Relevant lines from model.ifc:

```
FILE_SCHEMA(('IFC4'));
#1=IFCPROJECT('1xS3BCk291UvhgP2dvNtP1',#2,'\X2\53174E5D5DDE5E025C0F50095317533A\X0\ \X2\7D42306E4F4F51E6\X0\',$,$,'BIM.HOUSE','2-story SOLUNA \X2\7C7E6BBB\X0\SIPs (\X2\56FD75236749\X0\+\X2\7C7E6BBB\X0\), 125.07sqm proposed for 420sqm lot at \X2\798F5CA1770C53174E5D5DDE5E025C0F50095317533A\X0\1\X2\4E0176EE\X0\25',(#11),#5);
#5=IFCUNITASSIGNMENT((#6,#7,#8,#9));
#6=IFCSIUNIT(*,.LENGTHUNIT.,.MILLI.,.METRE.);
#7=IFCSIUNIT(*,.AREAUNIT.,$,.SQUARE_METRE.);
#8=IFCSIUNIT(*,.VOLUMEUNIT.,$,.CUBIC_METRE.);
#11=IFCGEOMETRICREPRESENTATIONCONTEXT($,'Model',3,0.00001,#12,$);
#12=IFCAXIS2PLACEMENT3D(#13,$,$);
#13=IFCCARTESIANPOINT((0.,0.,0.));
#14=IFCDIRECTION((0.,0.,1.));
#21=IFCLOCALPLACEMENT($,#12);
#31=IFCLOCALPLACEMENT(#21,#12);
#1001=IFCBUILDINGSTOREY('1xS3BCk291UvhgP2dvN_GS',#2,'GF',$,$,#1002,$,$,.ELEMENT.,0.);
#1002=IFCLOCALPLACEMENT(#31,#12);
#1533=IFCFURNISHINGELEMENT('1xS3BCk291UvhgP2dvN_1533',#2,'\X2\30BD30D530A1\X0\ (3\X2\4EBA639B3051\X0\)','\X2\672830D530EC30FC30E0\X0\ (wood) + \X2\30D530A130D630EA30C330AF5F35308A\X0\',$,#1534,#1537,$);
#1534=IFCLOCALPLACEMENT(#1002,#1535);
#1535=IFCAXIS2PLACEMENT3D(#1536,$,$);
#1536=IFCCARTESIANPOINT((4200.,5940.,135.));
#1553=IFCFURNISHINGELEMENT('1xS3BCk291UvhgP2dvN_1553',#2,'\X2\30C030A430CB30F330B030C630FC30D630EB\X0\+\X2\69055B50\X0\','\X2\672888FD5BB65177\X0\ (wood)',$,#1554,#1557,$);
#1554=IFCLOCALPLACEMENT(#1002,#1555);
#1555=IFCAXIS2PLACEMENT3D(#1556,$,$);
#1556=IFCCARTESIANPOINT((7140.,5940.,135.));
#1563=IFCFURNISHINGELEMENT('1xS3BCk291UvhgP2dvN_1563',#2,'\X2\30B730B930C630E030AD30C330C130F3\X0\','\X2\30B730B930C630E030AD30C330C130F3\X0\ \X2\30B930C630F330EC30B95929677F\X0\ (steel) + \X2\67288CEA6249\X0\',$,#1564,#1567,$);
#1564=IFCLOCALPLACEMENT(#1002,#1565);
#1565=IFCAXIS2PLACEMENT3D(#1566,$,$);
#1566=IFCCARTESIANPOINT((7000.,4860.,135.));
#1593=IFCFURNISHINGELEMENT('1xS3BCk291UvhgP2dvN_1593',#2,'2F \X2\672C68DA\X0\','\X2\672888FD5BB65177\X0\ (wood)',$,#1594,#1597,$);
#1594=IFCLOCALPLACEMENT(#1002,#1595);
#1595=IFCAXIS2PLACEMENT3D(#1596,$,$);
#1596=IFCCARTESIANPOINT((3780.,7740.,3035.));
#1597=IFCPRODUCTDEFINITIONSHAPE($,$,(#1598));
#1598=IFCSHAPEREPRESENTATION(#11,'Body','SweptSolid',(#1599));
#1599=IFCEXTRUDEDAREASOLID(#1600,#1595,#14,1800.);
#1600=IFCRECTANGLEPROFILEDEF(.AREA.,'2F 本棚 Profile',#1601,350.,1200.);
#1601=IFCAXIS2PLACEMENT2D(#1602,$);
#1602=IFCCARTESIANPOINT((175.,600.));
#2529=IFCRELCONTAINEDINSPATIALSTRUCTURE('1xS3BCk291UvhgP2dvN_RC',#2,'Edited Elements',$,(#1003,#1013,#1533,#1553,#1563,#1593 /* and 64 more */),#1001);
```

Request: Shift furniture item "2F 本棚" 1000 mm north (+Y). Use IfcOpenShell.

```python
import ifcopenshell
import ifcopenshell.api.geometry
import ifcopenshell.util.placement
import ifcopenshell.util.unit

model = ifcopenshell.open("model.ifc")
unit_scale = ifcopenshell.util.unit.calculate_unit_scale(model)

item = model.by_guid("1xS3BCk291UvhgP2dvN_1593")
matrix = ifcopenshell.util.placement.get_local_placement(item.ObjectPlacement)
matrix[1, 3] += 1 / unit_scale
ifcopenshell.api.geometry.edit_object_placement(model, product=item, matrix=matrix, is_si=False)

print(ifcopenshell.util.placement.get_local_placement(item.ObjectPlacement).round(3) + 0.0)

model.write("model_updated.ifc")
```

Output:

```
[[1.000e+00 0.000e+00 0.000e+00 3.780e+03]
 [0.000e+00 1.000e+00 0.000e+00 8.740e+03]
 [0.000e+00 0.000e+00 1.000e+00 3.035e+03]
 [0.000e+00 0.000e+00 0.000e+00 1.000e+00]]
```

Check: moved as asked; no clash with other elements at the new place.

§ AIM OF THE TASK:
All lines of the records above with the word "IFCLOCALPLACEMENT" in them are to be copied.

§ RESPONSE AREA:
#21=IFCLOCALPLACEMENT($,#12);
#31=IFCLOCALPLACEMENT(#21,#12);
#1002=IFCLOCALPLACEMENT(#31,#12);
#1534=IFCLOCALPLACEMENT(#1002,#1535);
#1554=IFCLOCALPLACEMENT(#1002,#1555);
#1564=IFCLOCALPLACEMENT(#1002,#1565);
#1594=IFCLOCALPLACEMENT(#1002,#1595);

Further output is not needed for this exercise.